■ Work to complete ■
A line below contains "#63=IFCINDEXEDPOLYGONALFACE((7,8,12,11));", and a later one contains "#69=IFCINDEXEDPOLYGONALFACE((19,20,24,23));". Repeat both, with every line between them, exactly.
#### Data to use
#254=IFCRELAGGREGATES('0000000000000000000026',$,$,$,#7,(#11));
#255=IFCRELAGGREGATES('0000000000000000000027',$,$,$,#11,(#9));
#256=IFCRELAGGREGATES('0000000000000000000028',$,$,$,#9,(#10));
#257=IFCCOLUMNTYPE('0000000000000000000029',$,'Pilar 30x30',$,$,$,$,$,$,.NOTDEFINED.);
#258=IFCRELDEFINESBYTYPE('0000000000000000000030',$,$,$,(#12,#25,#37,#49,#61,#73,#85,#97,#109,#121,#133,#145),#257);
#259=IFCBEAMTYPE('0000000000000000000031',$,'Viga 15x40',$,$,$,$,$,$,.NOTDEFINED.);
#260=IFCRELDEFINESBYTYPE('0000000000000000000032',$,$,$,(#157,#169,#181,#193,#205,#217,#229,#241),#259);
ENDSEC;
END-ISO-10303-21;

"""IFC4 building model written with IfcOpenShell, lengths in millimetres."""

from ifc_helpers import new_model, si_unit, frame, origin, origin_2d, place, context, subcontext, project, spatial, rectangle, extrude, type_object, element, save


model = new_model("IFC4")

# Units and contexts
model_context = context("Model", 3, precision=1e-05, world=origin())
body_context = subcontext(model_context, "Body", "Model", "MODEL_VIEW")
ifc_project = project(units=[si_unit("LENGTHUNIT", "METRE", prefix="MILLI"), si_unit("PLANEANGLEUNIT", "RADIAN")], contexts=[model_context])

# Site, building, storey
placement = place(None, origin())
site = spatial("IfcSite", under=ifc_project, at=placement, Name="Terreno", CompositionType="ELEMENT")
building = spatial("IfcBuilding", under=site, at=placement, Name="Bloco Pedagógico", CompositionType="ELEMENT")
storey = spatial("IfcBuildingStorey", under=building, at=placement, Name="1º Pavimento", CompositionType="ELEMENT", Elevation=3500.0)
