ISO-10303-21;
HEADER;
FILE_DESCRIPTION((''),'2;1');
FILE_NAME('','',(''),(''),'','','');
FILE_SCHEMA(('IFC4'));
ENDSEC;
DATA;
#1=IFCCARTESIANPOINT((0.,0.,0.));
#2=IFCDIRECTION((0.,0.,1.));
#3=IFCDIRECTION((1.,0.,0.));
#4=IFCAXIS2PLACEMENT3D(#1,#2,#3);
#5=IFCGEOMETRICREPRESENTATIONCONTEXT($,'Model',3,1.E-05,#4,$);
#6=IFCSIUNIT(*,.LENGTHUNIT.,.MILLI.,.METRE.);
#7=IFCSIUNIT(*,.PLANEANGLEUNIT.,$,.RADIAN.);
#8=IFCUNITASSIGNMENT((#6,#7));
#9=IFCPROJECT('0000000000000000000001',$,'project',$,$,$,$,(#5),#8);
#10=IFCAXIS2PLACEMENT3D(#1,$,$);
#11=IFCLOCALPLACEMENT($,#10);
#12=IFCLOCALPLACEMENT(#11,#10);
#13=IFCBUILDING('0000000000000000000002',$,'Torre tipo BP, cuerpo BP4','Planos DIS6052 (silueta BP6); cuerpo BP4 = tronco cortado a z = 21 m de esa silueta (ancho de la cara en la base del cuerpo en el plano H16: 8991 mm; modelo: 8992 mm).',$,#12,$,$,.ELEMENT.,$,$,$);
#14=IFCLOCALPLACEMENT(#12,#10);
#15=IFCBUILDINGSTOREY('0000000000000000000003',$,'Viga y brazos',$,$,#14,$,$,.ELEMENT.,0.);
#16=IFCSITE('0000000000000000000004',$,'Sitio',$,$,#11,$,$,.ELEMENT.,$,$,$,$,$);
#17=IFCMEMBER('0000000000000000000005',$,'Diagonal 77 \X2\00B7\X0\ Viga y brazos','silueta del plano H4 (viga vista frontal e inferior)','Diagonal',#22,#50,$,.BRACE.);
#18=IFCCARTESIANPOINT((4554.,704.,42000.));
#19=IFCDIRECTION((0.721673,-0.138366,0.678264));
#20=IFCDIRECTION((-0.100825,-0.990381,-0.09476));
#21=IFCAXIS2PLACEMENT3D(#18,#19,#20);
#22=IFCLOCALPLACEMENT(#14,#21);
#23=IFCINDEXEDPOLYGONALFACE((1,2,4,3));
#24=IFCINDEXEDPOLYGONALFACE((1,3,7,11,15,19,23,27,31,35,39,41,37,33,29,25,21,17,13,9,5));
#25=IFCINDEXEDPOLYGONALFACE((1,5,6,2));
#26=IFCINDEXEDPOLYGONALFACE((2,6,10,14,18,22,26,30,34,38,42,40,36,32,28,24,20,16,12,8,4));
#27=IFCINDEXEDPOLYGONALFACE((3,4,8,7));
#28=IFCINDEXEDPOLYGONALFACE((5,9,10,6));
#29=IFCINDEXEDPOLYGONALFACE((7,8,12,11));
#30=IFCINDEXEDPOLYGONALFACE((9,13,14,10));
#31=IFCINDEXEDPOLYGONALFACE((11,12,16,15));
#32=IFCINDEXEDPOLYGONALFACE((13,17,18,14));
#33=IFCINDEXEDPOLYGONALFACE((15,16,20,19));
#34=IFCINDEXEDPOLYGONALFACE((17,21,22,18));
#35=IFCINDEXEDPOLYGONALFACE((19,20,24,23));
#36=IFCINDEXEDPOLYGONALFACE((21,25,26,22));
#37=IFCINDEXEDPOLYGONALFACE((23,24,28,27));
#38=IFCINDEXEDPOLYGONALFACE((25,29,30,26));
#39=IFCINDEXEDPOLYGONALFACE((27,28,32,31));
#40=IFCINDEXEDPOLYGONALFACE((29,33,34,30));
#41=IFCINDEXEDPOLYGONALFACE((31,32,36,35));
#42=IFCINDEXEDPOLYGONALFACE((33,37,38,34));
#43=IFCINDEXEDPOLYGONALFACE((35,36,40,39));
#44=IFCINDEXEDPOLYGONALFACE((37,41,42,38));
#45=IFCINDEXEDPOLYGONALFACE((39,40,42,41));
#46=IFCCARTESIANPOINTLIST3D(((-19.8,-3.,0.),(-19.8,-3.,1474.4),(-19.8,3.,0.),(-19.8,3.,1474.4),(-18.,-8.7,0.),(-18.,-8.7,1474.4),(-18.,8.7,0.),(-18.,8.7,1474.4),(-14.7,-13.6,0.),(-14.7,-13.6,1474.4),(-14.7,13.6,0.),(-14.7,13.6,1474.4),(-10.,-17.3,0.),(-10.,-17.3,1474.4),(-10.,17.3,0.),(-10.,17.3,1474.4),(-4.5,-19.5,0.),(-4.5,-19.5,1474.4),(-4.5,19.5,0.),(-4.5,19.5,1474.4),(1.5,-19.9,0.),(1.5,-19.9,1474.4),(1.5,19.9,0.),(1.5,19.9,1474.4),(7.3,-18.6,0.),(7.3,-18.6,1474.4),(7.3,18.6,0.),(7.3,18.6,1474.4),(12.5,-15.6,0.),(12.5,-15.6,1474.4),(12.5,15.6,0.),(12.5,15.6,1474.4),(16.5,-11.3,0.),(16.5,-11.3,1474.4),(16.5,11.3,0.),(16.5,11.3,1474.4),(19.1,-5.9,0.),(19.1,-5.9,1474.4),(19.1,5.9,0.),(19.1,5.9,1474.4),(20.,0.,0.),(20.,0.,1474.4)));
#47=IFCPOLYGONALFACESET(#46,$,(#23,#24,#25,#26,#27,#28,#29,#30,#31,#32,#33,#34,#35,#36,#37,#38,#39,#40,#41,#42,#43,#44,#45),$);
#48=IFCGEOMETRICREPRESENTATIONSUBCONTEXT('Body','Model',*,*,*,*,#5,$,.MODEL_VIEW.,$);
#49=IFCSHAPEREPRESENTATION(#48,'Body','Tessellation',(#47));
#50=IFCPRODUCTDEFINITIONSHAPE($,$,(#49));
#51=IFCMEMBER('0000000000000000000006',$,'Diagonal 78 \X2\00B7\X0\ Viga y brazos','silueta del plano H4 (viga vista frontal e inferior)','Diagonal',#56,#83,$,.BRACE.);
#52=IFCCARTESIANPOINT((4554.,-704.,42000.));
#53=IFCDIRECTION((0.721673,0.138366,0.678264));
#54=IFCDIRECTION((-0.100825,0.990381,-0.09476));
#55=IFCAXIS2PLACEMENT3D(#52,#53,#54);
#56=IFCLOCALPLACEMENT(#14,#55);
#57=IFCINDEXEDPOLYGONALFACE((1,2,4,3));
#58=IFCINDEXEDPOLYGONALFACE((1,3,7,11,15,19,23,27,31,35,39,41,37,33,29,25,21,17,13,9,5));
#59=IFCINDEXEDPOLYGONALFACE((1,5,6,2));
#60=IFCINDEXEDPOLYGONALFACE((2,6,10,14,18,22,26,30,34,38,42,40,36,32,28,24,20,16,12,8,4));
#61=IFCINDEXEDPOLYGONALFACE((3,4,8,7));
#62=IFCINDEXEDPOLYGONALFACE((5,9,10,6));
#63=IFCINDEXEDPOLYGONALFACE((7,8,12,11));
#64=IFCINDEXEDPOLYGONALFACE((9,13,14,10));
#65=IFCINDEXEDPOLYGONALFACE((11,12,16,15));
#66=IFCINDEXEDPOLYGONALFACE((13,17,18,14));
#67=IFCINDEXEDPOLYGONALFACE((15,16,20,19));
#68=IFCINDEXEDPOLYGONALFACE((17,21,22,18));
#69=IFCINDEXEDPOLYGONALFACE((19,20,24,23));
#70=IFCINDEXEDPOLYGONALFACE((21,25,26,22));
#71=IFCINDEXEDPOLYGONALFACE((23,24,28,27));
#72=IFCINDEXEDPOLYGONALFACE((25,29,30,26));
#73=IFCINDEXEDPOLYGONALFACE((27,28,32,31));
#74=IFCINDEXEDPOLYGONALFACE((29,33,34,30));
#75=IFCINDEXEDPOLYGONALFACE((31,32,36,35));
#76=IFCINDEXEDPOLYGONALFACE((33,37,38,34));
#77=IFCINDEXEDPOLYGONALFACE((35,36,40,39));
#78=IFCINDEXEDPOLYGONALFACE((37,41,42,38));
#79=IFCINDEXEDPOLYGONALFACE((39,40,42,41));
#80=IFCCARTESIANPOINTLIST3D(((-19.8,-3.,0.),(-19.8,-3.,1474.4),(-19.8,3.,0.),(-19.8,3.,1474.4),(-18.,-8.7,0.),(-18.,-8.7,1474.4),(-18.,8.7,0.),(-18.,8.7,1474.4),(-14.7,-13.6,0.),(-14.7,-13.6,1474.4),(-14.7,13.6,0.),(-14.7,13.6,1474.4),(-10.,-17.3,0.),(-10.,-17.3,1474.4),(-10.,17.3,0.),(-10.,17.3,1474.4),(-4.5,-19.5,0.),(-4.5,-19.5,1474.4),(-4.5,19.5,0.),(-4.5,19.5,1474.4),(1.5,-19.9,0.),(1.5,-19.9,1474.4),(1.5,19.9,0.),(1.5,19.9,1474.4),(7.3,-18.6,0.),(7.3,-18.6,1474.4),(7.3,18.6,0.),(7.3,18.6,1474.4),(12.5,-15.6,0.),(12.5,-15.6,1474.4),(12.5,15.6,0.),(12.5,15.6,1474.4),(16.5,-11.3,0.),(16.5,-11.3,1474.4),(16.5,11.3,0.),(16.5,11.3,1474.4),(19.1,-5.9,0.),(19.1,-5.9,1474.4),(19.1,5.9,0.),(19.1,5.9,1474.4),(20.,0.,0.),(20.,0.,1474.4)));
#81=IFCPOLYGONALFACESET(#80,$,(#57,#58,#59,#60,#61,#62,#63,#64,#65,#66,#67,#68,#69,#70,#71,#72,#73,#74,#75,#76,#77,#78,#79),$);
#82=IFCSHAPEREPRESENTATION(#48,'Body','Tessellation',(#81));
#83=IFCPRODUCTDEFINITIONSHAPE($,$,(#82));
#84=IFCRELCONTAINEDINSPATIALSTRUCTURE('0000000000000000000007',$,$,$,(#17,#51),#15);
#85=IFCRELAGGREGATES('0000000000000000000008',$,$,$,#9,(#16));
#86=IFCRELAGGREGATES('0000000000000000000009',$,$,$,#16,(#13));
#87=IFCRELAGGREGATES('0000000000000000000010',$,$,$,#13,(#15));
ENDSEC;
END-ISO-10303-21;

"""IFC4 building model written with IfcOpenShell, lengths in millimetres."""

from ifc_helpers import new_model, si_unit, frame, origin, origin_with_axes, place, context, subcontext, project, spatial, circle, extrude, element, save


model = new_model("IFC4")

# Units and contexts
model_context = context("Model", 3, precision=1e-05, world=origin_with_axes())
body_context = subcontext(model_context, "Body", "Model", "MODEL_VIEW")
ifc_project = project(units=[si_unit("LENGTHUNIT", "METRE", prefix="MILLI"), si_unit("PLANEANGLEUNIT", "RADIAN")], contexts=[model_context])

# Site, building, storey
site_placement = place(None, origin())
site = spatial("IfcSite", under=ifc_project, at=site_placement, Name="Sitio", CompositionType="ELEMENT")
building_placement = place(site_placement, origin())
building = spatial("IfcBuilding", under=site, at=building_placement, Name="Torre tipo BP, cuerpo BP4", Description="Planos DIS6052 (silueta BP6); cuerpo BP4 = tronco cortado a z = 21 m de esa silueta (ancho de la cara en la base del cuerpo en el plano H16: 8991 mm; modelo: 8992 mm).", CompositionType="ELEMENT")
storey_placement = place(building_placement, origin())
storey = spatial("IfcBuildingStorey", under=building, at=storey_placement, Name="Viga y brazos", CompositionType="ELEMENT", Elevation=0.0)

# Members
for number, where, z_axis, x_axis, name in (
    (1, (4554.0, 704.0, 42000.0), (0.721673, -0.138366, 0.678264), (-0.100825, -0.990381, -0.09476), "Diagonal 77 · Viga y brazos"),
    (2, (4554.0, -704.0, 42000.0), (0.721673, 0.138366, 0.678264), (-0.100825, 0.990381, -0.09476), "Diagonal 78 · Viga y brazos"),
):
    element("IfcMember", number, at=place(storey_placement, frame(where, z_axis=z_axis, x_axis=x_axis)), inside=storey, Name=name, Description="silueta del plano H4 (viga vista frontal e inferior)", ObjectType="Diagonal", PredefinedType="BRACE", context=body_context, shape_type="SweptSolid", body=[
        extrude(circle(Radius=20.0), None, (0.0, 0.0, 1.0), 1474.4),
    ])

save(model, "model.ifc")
########
■ Answer space ■
#63=IFCINDEXEDPOLYGONALFACE((7,8,12,11));
#64=IFCINDEXEDPOLYGONALFACE((9,13,14,10));
#65=IFCINDEXEDPOLYGONALFACE((11,12,16,15));
#66=IFCINDEXEDPOLYGONALFACE((13,17,18,14));
#67=IFCINDEXEDPOLYGONALFACE((15,16,20,19));
#68=IFCINDEXEDPOLYGONALFACE((17,21,22,18));
#69=IFCINDEXEDPOLYGONALFACE((19,20,24,23));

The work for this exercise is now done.